*** Block opens ***

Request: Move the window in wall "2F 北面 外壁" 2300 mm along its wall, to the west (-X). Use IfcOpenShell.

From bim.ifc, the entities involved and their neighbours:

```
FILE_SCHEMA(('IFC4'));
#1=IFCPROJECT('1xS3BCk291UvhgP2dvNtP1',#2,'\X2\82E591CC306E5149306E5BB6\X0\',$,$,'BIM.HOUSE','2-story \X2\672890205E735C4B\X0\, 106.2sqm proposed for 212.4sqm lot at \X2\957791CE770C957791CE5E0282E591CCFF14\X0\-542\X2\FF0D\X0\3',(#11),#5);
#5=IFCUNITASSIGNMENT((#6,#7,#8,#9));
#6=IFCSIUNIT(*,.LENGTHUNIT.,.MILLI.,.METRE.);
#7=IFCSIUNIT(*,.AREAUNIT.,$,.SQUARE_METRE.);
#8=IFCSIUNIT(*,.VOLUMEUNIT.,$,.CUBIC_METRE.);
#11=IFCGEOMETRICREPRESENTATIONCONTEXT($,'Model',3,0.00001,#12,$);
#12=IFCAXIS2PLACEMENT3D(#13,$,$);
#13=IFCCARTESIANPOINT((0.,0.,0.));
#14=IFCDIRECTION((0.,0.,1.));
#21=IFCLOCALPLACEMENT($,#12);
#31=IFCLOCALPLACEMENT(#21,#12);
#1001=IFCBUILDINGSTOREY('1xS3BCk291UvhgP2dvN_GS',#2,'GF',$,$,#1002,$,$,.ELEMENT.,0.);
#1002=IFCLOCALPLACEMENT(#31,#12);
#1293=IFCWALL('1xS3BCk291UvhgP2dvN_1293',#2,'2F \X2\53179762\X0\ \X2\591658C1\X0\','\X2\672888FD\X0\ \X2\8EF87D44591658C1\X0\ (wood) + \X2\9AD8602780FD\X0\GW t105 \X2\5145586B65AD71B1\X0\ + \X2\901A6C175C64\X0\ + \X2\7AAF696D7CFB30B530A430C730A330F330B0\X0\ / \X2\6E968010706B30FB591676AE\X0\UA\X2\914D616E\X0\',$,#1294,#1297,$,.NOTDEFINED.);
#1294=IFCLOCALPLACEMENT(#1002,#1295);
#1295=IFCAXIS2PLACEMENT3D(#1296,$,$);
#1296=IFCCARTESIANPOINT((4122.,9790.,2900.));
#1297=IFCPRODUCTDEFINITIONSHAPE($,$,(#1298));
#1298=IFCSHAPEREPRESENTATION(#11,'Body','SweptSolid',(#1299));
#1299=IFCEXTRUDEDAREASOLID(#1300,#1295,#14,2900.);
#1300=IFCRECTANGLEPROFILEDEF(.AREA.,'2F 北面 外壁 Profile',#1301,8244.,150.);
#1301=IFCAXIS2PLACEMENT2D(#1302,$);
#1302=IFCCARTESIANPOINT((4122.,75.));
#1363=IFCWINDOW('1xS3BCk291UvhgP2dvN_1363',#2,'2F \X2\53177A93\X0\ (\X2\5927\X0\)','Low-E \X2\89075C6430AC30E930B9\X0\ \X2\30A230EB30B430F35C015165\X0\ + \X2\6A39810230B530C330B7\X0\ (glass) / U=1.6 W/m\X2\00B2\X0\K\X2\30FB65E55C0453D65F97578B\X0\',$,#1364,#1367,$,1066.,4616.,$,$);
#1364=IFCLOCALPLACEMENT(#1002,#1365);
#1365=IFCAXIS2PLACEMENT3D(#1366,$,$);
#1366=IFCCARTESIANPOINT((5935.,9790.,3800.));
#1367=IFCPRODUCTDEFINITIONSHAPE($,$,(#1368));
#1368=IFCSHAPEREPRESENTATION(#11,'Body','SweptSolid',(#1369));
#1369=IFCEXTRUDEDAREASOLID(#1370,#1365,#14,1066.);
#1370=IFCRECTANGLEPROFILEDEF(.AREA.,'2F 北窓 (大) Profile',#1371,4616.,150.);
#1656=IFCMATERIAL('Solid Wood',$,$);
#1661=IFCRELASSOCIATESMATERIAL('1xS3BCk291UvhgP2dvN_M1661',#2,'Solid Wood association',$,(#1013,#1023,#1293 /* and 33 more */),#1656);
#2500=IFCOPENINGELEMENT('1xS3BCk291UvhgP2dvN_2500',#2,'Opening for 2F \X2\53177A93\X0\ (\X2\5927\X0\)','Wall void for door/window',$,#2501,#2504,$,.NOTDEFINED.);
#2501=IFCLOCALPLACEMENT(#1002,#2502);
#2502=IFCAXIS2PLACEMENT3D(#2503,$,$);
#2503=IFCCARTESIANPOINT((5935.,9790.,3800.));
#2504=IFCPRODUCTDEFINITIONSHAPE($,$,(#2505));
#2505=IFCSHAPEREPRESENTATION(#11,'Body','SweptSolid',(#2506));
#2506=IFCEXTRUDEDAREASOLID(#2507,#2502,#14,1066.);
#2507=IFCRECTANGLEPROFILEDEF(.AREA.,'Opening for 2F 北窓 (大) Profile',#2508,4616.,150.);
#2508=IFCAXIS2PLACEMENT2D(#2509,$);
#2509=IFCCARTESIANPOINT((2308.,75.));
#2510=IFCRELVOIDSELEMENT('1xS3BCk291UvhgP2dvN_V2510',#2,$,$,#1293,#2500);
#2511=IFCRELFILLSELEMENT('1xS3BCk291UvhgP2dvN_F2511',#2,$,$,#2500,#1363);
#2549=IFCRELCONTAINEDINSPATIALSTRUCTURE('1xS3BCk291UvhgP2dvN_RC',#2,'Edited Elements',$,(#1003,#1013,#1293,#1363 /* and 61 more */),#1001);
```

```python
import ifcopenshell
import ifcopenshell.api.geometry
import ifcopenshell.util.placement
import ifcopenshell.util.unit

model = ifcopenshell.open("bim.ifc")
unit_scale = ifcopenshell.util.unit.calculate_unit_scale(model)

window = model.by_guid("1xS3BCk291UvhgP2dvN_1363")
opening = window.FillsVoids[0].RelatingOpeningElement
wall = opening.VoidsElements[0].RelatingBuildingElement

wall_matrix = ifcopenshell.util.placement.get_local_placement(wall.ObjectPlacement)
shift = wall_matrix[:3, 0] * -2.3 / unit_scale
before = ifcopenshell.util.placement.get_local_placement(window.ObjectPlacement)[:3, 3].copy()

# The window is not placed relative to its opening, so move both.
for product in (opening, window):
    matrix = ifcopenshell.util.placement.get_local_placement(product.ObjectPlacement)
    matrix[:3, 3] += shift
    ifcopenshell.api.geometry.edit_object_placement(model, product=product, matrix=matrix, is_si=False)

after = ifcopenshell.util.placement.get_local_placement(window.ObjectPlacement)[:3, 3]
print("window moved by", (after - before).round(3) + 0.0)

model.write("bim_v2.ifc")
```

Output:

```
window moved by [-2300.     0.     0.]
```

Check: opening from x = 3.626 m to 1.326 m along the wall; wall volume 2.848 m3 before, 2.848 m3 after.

*** Block closes ***

*Try it*. Transcribe every entry in the listing, word for word.

*Answer space*.
Request: Move the window in wall "2F 北面 外壁" 2300 mm along its wall, to the west (-X). Use IfcOpenShell.

From bim.ifc, the entities involved and their neighbours:

```
FILE_SCHEMA(('IFC4'));
#1=IFCPROJECT('1xS3BCk291UvhgP2dvNtP1',#2,'\X2\82E591CC306E5149306E5BB6\X0\',$,$,'BIM.HOUSE','2-story \X2\672890205E735C4B\X0\, 106.2sqm proposed for 212.4sqm lot at \X2\957791CE770C957791CE5E0282E591CCFF14\X0\-542\X2\FF0D\X0\3',(#11),#5);
#5=IFCUNITASSIGNMENT((#6,#7,#8,#9));
#6=IFCSIUNIT(*,.LENGTHUNIT.,.MILLI.,.METRE.);
#7=IFCSIUNIT(*,.AREAUNIT.,$,.SQUARE_METRE.);
#8=IFCSIUNIT(*,.VOLUMEUNIT.,$,.CUBIC_METRE.);
#11=IFCGEOMETRICREPRESENTATIONCONTEXT($,'Model',3,0.00001,#12,$);
#12=IFCAXIS2PLACEMENT3D(#13,$,$);
#13=IFCCARTESIANPOINT((0.,0.,0.));
#14=IFCDIRECTION((0.,0.,1.));
#21=IFCLOCALPLACEMENT($,#12);
#31=IFCLOCALPLACEMENT(#21,#12);
#1001=IFCBUILDINGSTOREY('1xS3BCk291UvhgP2dvN_GS',#2,'GF',$,$,#1002,$,$,.ELEMENT.,0.);
#1002=IFCLOCALPLACEMENT(#31,#12);
#1293=IFCWALL('1xS3BCk291UvhgP2dvN_1293',#2,'2F \X2\53179762\X0\ \X2\591658C1\X0\','\X2\672888FD\X0\ \X2\8EF87D44591658C1\X0\ (wood) + \X2\9AD8602780FD\X0\GW t105 \X2\5145586B65AD71B1\X0\ + \X2\901A6C175C64\X0\ + \X2\7AAF696D7CFB30B530A430C730A330F330B0\X0\ / \X2\6E968010706B30FB591676AE\X0\UA\X2\914D616E\X0\',$,#1294,#1297,$,.NOTDEFINED.);
#1294=IFCLOCALPLACEMENT(#1002,#1295);
#1295=IFCAXIS2PLACEMENT3D(#1296,$,$);
#1296=IFCCARTESIANPOINT((4122.,9790.,2900.));
#1297=IFCPRODUCTDEFINITIONSHAPE($,$,(#1298));
#1298=IFCSHAPEREPRESENTATION(#11,'Body','SweptSolid',(#1299));
#1299=IFCEXTRUDEDAREASOLID(#1300,#1295,#14,2900.);
#1300=IFCRECTANGLEPROFILEDEF(.AREA.,'2F 北面 外壁 Profile',#1301,8244.,150.);
#1301=IFCAXIS2PLACEMENT2D(#1302,$);
#1302=IFCCARTESIANPOINT((4122.,75.));
#1363=IFCWINDOW('1xS3BCk291UvhgP2dvN_1363',#2,'2F \X2\53177A93\X0\ (\X2\5927\X0\)','Low-E \X2\89075C6430AC30E930B9\X0\ \X2\30A230EB30B430F35C015165\X0\ + \X2\6A39810230B530C330B7\X0\ (glass) / U=1.6 W/m\X2\00B2\X0\K\X2\30FB65E55C0453D65F97578B\X0\',$,#1364,#1367,$,1066.,4616.,$,$);
#1364=IFCLOCALPLACEMENT(#1002,#1365);
#1365=IFCAXIS2PLACEMENT3D(#1366,$,$);
#1366=IFCCARTESIANPOINT((5935.,9790.,3800.));
#1367=IFCPRODUCTDEFINITIONSHAPE($,$,(#1368));
#1368=IFCSHAPEREPRESENTATION(#11,'Body','SweptSolid',(#1369));
#1369=IFCEXTRUDEDAREASOLID(#1370,#1365,#14,1066.);
#1370=IFCRECTANGLEPROFILEDEF(.AREA.,'2F 北窓 (大) Profile',#1371,4616.,150.);
#1656=IFCMATERIAL('Solid Wood',$,$);
#1661=IFCRELASSOCIATESMATERIAL('1xS3BCk291UvhgP2dvN_M1661',#2,'Solid Wood association',$,(#1013,#1023,#1293 /* and 33 more */),#1656);
#2500=IFCOPENINGELEMENT('1xS3BCk291UvhgP2dvN_2500',#2,'Opening for 2F \X2\53177A93\X0\ (\X2\5927\X0\)','Wall void for door/window',$,#2501,#2504,$,.NOTDEFINED.);
#2501=IFCLOCALPLACEMENT(#1002,#2502);
#2502=IFCAXIS2PLACEMENT3D(#2503,$,$);
#2503=IFCCARTESIANPOINT((5935.,9790.,3800.));
#2504=IFCPRODUCTDEFINITIONSHAPE($,$,(#2505));
#2505=IFCSHAPEREPRESENTATION(#11,'Body','SweptSolid',(#2506));
#2506=IFCEXTRUDEDAREASOLID(#2507,#2502,#14,1066.);
#2507=IFCRECTANGLEPROFILEDEF(.AREA.,'Opening for 2F 北窓 (大) Profile',#2508,4616.,150.);
#2508=IFCAXIS2PLACEMENT2D(#2509,$);
#2509=IFCCARTESIANPOINT((2308.,75.));
#2510=IFCRELVOIDSELEMENT('1xS3BCk291UvhgP2dvN_V2510',#2,$,$,#1293,#2500);
#2511=IFCRELFILLSELEMENT('1xS3BCk291UvhgP2dvN_F2511',#2,$,$,#2500,#1363);
#2549=IFCRELCONTAINEDINSPATIALSTRUCTURE('1xS3BCk291UvhgP2dvN_RC',#2,'Edited Elements',$,(#1003,#1013,#1293,#1363 /* and 61 more */),#1001);
```

```python
import ifcopenshell
import ifcopenshell.api.geometry
import ifcopenshell.util.placement
import ifcopenshell.util.unit

model = ifcopenshell.open("bim.ifc")
unit_scale = ifcopenshell.util.unit.calculate_unit_scale(model)

window = model.by_guid("1xS3BCk291UvhgP2dvN_1363")
opening = window.FillsVoids[0].RelatingOpeningElement
wall = opening.VoidsElements[0].RelatingBuildingElement

wall_matrix = ifcopenshell.util.placement.get_local_placement(wall.ObjectPlacement)
shift = wall_matrix[:3, 0] * -2.3 / unit_scale
before = ifcopenshell.util.placement.get_local_placement(window.ObjectPlacement)[:3, 3].copy()

# The window is not placed relative to its opening, so move both.
for product in (opening, window):
    matrix = ifcopenshell.util.placement.get_local_placement(product.ObjectPlacement)
    matrix[:3, 3] += shift
    ifcopenshell.api.geometry.edit_object_placement(model, product=product, matrix=matrix, is_si=False)

after = ifcopenshell.util.placement.get_local_placement(window.ObjectPlacement)[:3, 3]
print("window moved by", (after - before).round(3) + 0.0)

model.write("bim_v2.ifc")
```

Output:

```
window moved by [-2300.     0.     0.]
```

Check: opening from x = 3.626 m to 1.326 m along the wall; wall volume 2.848 m3 before, 2.848 m3 after.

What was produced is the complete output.